— Exercise goal —
Find every line in the records below that contains the word "IFCLOCALPLACEMENT", and copy each such line.

— Data provided —
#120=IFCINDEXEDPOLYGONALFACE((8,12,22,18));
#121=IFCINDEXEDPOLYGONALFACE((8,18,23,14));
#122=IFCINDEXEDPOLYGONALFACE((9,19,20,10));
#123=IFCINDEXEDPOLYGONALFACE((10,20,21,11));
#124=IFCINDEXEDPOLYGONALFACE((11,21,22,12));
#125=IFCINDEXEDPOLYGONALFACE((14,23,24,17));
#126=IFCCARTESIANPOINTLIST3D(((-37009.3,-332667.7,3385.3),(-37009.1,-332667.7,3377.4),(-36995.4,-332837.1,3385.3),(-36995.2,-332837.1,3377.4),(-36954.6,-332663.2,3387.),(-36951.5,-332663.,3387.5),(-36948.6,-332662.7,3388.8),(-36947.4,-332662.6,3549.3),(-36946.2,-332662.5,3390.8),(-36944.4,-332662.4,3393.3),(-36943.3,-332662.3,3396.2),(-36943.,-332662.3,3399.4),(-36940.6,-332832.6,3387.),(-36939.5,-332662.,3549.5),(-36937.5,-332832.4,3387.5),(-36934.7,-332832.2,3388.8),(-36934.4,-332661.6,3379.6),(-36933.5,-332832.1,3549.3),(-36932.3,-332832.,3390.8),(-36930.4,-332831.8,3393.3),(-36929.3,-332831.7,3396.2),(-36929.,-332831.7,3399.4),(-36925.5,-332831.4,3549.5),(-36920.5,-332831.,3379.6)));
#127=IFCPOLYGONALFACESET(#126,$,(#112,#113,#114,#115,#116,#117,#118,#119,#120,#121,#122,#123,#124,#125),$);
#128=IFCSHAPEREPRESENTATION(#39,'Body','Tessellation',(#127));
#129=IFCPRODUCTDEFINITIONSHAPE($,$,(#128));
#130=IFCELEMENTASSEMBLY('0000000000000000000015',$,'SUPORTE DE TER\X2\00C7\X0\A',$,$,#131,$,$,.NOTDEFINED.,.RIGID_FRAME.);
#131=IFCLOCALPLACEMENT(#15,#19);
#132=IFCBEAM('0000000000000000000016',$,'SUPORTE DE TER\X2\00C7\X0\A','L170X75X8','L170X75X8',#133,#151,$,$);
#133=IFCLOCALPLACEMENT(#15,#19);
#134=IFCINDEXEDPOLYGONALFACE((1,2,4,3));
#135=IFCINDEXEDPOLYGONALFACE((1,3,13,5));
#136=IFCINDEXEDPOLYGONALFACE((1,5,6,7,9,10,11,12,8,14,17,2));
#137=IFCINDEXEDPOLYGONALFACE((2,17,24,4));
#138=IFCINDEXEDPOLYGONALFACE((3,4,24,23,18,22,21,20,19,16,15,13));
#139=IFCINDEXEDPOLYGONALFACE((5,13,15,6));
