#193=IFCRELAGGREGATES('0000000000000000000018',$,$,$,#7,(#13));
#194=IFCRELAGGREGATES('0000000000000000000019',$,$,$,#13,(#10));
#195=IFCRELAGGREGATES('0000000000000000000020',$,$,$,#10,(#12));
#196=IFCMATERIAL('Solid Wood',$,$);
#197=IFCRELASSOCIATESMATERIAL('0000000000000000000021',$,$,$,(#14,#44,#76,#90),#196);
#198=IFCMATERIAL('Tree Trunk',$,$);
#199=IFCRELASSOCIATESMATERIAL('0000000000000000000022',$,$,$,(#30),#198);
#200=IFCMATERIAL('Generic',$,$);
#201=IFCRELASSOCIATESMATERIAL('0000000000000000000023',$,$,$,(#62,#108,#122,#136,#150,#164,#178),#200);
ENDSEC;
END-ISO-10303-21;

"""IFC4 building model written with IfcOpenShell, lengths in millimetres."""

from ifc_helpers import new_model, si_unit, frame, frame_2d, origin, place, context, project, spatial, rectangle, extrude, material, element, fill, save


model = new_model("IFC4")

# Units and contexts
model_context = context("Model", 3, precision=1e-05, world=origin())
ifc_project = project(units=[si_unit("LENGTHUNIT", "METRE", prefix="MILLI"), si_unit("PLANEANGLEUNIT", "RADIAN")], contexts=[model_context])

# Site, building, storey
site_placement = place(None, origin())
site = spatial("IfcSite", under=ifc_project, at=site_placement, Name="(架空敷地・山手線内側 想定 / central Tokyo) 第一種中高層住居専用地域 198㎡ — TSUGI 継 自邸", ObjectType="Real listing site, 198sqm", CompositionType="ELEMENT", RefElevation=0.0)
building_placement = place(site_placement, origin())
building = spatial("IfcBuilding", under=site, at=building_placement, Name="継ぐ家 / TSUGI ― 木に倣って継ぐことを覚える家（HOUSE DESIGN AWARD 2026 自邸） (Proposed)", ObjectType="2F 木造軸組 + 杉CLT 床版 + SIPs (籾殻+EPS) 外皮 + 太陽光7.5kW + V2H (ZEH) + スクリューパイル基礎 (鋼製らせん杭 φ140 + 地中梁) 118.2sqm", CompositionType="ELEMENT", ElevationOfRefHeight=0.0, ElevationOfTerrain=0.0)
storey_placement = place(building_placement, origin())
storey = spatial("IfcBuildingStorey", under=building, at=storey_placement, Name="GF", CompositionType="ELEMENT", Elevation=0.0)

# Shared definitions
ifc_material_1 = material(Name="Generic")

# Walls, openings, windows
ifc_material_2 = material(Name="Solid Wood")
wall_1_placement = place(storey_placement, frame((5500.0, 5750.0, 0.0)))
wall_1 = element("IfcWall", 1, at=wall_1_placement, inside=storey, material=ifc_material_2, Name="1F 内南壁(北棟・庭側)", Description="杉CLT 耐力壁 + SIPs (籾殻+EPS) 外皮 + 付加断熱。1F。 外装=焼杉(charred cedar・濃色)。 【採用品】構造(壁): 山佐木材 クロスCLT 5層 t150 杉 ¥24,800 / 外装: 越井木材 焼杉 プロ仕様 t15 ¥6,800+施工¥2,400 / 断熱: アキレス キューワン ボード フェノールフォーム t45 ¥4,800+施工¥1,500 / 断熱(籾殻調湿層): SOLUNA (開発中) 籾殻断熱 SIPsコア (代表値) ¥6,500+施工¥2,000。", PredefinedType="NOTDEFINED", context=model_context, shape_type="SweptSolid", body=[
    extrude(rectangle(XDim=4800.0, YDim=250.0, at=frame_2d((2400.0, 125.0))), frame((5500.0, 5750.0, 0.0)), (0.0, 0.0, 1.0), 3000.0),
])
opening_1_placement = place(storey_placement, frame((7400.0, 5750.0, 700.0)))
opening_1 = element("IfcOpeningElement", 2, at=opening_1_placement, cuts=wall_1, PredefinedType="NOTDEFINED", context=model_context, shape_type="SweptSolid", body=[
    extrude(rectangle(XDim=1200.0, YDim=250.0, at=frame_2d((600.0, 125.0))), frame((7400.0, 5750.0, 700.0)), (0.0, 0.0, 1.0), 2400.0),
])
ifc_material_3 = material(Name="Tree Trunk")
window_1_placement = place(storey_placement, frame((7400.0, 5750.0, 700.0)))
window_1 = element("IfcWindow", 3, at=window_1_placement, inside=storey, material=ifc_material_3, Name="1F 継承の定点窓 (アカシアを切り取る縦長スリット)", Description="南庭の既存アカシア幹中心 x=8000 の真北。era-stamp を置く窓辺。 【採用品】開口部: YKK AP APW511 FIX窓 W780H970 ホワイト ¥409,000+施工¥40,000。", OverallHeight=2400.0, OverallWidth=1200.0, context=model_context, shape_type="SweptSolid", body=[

— Reply —
#131=IFCLOCALPLACEMENT(#15,#19);
#133=IFCLOCALPLACEMENT(#15,#19);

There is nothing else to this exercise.